What to produce: After locating the line with "#20=IFCINDEXEDPOLYGONALFACE((1,5,6,2));" in the data that follows, return it and every later line exactly, up to and including the line with "#35=IFCMATERIALLAYERSET((#34),'Slab 200',$);".

(Beginning of Records for the exercise)

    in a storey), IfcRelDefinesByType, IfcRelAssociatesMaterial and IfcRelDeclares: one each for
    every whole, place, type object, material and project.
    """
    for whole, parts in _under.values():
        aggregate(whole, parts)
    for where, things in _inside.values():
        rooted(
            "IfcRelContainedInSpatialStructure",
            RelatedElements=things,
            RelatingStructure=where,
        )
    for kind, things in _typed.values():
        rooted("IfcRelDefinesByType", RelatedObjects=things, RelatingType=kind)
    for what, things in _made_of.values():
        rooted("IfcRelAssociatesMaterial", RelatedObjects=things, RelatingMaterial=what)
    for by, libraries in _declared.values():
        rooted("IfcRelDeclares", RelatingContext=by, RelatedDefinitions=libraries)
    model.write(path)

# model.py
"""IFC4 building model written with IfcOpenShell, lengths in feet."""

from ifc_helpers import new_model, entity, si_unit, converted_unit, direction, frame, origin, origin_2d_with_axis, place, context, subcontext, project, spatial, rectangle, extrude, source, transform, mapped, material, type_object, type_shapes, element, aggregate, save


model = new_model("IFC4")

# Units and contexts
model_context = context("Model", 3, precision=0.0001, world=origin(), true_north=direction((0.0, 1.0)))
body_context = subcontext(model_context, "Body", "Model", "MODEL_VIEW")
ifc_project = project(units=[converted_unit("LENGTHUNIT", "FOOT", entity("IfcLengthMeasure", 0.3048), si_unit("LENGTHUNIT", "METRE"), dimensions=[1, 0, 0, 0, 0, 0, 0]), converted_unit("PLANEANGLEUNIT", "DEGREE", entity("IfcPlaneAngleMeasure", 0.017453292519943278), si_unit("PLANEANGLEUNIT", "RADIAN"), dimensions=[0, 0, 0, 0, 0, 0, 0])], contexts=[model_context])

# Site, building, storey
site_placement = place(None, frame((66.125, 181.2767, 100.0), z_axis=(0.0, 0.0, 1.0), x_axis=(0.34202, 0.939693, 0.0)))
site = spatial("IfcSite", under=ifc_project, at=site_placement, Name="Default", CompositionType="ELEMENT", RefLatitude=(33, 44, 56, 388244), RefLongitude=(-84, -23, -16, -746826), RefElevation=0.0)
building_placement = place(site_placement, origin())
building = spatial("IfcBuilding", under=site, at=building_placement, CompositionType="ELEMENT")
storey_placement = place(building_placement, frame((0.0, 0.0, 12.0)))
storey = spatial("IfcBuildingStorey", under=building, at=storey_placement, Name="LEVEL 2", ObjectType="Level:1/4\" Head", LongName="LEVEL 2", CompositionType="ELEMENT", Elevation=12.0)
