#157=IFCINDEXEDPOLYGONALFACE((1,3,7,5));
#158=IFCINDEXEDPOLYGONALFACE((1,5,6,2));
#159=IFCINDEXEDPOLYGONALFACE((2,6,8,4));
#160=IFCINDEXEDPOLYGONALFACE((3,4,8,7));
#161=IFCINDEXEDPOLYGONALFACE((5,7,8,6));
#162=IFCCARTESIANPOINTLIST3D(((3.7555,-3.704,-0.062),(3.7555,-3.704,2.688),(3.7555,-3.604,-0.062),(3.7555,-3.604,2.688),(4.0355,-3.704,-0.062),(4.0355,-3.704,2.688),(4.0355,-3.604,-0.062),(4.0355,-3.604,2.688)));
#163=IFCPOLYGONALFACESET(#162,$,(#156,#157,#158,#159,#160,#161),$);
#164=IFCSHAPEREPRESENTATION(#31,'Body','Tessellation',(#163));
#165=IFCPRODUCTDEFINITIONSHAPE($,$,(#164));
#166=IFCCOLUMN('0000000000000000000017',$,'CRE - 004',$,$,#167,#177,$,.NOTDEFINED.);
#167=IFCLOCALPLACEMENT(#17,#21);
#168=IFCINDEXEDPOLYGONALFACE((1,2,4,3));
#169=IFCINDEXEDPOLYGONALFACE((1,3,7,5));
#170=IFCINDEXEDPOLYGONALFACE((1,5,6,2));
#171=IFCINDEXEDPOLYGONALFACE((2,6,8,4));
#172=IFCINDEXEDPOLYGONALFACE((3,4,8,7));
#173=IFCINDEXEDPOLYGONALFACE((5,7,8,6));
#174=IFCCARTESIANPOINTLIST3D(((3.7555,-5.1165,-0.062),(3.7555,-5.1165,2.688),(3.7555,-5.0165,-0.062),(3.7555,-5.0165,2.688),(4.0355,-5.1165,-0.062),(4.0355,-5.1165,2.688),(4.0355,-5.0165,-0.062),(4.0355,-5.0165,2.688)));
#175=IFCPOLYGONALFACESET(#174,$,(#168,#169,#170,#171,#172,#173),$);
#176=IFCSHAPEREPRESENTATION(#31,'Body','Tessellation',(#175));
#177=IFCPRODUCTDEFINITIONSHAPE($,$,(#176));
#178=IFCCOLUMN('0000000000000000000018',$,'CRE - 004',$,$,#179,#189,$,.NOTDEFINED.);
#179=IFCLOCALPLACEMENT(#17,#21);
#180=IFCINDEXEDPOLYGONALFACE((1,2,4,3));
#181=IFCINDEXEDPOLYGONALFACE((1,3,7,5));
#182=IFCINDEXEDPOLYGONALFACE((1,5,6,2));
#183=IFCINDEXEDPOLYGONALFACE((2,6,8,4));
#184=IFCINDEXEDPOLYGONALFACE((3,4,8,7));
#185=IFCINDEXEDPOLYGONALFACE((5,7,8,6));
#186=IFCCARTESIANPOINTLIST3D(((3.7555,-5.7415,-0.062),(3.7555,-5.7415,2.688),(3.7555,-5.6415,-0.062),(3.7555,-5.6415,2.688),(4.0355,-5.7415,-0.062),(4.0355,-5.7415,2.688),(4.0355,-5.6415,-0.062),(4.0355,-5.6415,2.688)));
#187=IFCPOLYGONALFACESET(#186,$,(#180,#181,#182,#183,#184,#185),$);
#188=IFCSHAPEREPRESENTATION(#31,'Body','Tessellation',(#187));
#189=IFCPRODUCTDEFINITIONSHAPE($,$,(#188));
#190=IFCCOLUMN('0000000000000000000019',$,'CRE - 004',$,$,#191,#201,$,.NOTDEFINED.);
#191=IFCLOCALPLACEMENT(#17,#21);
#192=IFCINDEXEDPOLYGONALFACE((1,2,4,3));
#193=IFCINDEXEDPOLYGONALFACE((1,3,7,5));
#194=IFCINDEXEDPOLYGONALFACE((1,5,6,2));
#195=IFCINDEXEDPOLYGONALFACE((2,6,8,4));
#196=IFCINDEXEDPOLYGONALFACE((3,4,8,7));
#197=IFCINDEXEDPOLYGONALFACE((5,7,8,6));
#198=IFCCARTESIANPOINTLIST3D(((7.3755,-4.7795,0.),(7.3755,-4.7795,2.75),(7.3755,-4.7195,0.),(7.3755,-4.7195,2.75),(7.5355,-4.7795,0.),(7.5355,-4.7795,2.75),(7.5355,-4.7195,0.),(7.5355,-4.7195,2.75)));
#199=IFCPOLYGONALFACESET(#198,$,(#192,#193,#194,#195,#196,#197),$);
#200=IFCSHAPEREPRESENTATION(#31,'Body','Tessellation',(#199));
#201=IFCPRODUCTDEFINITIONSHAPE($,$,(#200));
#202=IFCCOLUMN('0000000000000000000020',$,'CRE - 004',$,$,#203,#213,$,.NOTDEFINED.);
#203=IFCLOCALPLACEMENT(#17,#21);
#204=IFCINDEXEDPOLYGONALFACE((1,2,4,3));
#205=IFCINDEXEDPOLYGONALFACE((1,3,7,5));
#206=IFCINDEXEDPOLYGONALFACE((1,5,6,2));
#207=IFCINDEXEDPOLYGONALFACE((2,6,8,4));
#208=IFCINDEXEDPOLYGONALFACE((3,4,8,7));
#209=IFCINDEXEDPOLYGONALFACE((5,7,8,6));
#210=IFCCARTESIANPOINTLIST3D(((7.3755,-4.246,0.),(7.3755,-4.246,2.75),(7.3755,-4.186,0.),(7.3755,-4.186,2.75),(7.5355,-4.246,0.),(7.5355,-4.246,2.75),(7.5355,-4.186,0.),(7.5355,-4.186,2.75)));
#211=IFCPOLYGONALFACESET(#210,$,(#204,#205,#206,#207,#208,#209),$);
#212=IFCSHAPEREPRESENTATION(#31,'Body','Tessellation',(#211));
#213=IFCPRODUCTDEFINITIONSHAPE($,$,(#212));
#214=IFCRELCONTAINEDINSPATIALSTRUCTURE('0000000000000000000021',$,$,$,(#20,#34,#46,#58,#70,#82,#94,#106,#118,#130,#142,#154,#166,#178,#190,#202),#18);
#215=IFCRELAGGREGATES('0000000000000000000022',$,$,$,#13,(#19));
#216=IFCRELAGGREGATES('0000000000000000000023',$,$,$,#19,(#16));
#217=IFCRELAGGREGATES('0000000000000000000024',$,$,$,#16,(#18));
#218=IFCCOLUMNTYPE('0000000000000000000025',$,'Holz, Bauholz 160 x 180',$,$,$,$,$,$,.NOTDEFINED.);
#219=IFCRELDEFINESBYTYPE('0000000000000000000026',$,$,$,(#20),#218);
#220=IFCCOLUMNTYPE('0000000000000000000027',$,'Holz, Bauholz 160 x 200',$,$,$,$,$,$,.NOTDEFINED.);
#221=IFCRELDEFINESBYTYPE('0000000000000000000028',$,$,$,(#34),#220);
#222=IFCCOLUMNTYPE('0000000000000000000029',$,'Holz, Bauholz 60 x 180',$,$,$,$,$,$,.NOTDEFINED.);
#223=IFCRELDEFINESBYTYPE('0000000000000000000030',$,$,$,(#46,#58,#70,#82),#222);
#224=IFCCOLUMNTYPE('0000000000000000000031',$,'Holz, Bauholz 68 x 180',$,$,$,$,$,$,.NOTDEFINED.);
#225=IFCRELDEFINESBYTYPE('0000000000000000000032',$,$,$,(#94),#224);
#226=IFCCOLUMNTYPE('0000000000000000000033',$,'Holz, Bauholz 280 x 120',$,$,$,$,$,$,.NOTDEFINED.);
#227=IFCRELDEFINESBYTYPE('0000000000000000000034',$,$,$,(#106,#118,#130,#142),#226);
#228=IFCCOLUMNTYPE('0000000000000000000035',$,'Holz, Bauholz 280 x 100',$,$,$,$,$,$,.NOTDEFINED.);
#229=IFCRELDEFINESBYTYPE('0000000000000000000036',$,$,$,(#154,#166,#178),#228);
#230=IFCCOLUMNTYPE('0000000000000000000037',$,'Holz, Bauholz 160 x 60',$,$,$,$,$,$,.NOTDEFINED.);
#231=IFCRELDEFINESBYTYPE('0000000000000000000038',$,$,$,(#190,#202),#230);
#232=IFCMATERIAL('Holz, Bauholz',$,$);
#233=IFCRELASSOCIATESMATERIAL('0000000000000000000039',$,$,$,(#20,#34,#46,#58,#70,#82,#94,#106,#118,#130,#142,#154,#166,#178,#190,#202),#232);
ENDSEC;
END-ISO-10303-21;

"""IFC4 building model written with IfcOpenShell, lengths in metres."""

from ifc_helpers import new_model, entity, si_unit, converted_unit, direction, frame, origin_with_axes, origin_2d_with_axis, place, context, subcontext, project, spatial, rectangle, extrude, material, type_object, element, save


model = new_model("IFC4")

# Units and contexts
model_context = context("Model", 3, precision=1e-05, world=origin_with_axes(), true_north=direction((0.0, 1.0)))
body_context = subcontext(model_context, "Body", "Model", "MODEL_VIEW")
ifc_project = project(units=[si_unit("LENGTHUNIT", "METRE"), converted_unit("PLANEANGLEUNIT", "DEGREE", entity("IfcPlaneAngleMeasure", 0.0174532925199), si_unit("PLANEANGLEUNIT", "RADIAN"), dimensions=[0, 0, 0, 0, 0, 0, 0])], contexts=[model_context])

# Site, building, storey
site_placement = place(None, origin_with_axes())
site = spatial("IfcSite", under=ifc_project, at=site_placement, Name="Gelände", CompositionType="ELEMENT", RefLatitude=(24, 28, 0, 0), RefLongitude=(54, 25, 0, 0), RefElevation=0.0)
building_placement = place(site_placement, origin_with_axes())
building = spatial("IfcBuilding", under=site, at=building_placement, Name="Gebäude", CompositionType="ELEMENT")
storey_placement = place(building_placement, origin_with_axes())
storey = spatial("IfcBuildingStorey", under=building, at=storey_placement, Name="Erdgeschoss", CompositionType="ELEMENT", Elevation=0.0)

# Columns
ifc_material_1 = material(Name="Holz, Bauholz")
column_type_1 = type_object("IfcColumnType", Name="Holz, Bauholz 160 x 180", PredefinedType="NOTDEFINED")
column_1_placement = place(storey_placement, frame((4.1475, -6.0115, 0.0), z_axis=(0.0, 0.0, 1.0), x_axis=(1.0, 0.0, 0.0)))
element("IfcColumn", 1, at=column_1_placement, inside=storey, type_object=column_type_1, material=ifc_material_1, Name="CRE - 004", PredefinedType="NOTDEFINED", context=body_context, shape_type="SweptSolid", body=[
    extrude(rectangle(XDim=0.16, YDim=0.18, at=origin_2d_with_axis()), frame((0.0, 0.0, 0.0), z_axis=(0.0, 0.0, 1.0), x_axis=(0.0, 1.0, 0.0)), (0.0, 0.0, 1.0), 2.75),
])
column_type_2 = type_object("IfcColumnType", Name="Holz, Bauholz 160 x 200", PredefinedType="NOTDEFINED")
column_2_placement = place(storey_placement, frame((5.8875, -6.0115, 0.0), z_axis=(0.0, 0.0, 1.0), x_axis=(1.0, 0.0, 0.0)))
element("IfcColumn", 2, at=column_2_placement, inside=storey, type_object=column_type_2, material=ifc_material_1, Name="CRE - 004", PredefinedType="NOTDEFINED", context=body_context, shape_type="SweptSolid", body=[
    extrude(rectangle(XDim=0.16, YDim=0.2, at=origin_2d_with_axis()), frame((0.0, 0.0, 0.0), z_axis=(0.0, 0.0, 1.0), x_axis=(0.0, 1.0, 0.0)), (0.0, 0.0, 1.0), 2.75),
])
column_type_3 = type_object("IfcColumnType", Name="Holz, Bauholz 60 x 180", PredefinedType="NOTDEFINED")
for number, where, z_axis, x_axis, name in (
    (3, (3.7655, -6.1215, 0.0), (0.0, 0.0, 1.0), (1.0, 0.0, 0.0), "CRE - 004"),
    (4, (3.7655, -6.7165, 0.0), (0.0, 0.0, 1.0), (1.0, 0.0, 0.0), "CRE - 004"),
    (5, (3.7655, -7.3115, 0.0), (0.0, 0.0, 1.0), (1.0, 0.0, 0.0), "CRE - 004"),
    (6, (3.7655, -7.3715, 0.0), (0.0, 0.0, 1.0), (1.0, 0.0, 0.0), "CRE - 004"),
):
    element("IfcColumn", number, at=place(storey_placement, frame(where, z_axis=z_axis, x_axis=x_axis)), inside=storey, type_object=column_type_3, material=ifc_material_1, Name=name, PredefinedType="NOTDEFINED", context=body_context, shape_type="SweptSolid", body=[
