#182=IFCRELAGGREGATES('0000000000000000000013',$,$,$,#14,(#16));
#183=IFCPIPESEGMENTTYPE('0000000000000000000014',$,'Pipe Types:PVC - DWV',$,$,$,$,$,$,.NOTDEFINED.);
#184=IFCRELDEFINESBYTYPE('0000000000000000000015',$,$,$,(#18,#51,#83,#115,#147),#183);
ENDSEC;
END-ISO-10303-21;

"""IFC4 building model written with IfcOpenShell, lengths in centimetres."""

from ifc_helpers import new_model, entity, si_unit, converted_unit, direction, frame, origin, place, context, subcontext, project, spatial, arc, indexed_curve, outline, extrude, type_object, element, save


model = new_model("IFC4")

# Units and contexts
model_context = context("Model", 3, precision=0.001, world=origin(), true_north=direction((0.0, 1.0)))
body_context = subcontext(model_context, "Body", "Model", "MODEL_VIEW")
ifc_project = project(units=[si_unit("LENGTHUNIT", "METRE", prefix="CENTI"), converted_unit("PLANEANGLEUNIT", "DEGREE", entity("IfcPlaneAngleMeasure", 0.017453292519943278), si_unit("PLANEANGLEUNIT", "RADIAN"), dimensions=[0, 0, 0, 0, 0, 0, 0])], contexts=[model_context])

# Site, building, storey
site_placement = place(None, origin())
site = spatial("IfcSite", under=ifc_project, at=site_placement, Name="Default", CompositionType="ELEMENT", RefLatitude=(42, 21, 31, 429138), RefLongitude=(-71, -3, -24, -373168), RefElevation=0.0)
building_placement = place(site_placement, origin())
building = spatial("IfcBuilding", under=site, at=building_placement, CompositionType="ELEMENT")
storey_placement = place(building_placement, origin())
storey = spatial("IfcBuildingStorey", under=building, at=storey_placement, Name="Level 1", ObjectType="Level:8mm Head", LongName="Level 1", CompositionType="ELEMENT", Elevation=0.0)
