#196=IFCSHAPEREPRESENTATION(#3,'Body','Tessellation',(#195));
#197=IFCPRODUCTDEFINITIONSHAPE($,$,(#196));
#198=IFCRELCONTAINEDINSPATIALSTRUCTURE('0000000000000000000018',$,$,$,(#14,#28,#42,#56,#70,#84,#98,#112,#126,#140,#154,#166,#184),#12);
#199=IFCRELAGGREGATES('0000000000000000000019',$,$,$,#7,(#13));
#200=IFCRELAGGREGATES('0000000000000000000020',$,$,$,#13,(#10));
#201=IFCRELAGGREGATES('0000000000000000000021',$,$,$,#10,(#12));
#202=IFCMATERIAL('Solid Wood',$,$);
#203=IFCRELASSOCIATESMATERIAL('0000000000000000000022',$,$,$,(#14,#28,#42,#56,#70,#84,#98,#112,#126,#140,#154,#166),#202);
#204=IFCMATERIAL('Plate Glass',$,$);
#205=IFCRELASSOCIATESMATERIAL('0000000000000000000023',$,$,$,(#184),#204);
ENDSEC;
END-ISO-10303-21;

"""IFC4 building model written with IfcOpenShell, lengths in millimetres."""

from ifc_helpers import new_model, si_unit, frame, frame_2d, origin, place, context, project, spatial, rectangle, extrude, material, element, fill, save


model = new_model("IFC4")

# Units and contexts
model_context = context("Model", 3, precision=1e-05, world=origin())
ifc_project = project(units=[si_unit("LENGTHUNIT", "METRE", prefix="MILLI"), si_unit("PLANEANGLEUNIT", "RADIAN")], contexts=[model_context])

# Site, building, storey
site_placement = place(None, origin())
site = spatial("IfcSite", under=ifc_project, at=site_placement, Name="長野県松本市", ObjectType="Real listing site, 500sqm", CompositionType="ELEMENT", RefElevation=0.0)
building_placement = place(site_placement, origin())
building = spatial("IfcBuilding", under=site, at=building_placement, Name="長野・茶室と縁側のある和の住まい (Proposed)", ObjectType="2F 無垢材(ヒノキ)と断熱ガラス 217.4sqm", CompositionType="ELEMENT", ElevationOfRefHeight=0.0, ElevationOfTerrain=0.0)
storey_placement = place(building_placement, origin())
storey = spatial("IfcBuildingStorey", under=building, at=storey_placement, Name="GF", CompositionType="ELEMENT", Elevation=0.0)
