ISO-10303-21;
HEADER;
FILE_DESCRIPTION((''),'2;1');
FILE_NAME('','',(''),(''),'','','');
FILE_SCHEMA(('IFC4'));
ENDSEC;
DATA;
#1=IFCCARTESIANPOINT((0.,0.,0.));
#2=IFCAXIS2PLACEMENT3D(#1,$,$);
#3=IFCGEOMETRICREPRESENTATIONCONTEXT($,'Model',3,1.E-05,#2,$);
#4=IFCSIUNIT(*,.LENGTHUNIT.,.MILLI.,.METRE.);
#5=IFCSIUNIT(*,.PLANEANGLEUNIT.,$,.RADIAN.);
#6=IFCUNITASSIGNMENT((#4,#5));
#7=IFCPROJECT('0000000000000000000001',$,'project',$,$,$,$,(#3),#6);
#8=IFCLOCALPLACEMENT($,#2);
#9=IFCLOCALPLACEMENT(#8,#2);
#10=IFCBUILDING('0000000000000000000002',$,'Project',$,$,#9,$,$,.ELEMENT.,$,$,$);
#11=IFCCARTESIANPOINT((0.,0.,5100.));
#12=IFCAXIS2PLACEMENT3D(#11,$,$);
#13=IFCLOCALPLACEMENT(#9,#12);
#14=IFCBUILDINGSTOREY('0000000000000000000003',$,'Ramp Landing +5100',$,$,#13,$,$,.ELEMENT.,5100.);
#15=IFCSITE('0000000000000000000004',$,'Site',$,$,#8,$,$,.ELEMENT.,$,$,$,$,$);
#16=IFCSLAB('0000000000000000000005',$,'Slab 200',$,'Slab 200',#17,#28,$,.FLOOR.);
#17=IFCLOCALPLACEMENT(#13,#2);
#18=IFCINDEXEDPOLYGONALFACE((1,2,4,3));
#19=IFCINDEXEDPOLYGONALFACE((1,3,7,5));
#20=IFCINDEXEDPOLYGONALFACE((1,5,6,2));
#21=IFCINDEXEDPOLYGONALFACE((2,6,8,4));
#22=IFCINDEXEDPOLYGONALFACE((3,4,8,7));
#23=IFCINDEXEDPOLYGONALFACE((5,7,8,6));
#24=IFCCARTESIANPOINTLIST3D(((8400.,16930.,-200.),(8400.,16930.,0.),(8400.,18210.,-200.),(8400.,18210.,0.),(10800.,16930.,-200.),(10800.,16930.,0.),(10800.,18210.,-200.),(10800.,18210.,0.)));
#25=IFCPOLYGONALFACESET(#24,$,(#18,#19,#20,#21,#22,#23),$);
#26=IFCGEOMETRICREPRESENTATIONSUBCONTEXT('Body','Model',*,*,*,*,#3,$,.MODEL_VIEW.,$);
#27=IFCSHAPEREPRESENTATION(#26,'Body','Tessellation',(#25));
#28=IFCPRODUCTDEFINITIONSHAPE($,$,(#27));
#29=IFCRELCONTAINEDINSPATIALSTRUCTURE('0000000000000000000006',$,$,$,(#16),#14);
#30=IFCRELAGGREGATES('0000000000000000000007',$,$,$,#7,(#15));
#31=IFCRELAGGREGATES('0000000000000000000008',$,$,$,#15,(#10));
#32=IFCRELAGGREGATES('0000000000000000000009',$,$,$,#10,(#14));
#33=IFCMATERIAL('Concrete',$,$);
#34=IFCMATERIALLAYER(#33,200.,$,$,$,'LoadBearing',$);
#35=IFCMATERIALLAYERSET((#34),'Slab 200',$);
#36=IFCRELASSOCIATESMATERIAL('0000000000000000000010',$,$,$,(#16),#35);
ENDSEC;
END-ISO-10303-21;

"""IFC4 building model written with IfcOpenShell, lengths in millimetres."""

from ifc_helpers import new_model, si_unit, frame, origin, place, context, subcontext, project, spatial, polyline, outline, extrude, material, layer, layer_set, layer_usage, element, save


model = new_model("IFC4")

# Units and contexts
model_context = context("Model", 3, precision=1e-05, world=origin())
body_context = subcontext(model_context, "Body", "Model", "MODEL_VIEW")
ifc_project = project(units=[si_unit("LENGTHUNIT", "METRE", prefix="MILLI"), si_unit("PLANEANGLEUNIT", "RADIAN")], contexts=[model_context])

# Site, building, storey
site_placement = place(None, origin())
site = spatial("IfcSite", under=ifc_project, at=site_placement, Name="Site", CompositionType="ELEMENT")
building_placement = place(site_placement, origin())
building = spatial("IfcBuilding", under=site, at=building_placement, Name="Project", CompositionType="ELEMENT")
storey_placement = place(building_placement, frame((0.0, 0.0, 5100.0)))
storey = spatial("IfcBuildingStorey", under=building, at=storey_placement, Name="Ramp Landing +5100", CompositionType="ELEMENT", Elevation=5100.0)

# Slab
ifc_material = material(Name="Concrete")
ifc_layer = layer(ifc_material, 200.0, Category="LoadBearing")
ifc_layer_set = layer_set([ifc_layer], Name="Slab 200")
ifc_layer_usage = layer_usage(ifc_layer_set, "AXIS3", "NEGATIVE", 0.0)
slab_placement = place(storey_placement, origin())
element("IfcSlab", 1, at=slab_placement, inside=storey, material=ifc_layer_usage, Name="Slab 200", ObjectType="Slab 200", PredefinedType="FLOOR", context=body_context, shape_type="SweptSolid", body=[
    extrude(outline(polyline([(8400.0, 16930.0), (10800.0, 16930.0), (10800.0, 18210.0), (8400.0, 18210.0), (8400.0, 16930.0)])), frame((0.0, 0.0, -200.0)), (0.0, 0.0, 1.0), 200.0),
])

save(model, "model.ifc")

(End of Records for the exercise)

Your response:
#20=IFCINDEXEDPOLYGONALFACE((1,5,6,2));
#21=IFCINDEXEDPOLYGONALFACE((2,6,8,4));
#22=IFCINDEXEDPOLYGONALFACE((3,4,8,7));
#23=IFCINDEXEDPOLYGONALFACE((5,7,8,6));
#24=IFCCARTESIANPOINTLIST3D(((8400.,16930.,-200.),(8400.,16930.,0.),(8400.,18210.,-200.),(8400.,18210.,0.),(10800.,16930.,-200.),(10800.,16930.,0.),(10800.,18210.,-200.),(10800.,18210.,0.)));
#25=IFCPOLYGONALFACESET(#24,$,(#18,#19,#20,#21,#22,#23),$);
#26=IFCGEOMETRICREPRESENTATIONSUBCONTEXT('Body','Model',*,*,*,*,#3,$,.MODEL_VIEW.,$);
#27=IFCSHAPEREPRESENTATION(#26,'Body','Tessellation',(#25));
#28=IFCPRODUCTDEFINITIONSHAPE($,$,(#27));
#29=IFCRELCONTAINEDINSPATIALSTRUCTURE('0000000000000000000006',$,$,$,(#16),#14);
#30=IFCRELAGGREGATES('0000000000000000000007',$,$,$,#7,(#15));
#31=IFCRELAGGREGATES('0000000000000000000008',$,$,$,#15,(#10));
#32=IFCRELAGGREGATES('0000000000000000000009',$,$,$,#10,(#14));
#33=IFCMATERIAL('Concrete',$,$);
#34=IFCMATERIALLAYER(#33,200.,$,$,$,'LoadBearing',$);
#35=IFCMATERIALLAYERSET((#34),'Slab 200',$);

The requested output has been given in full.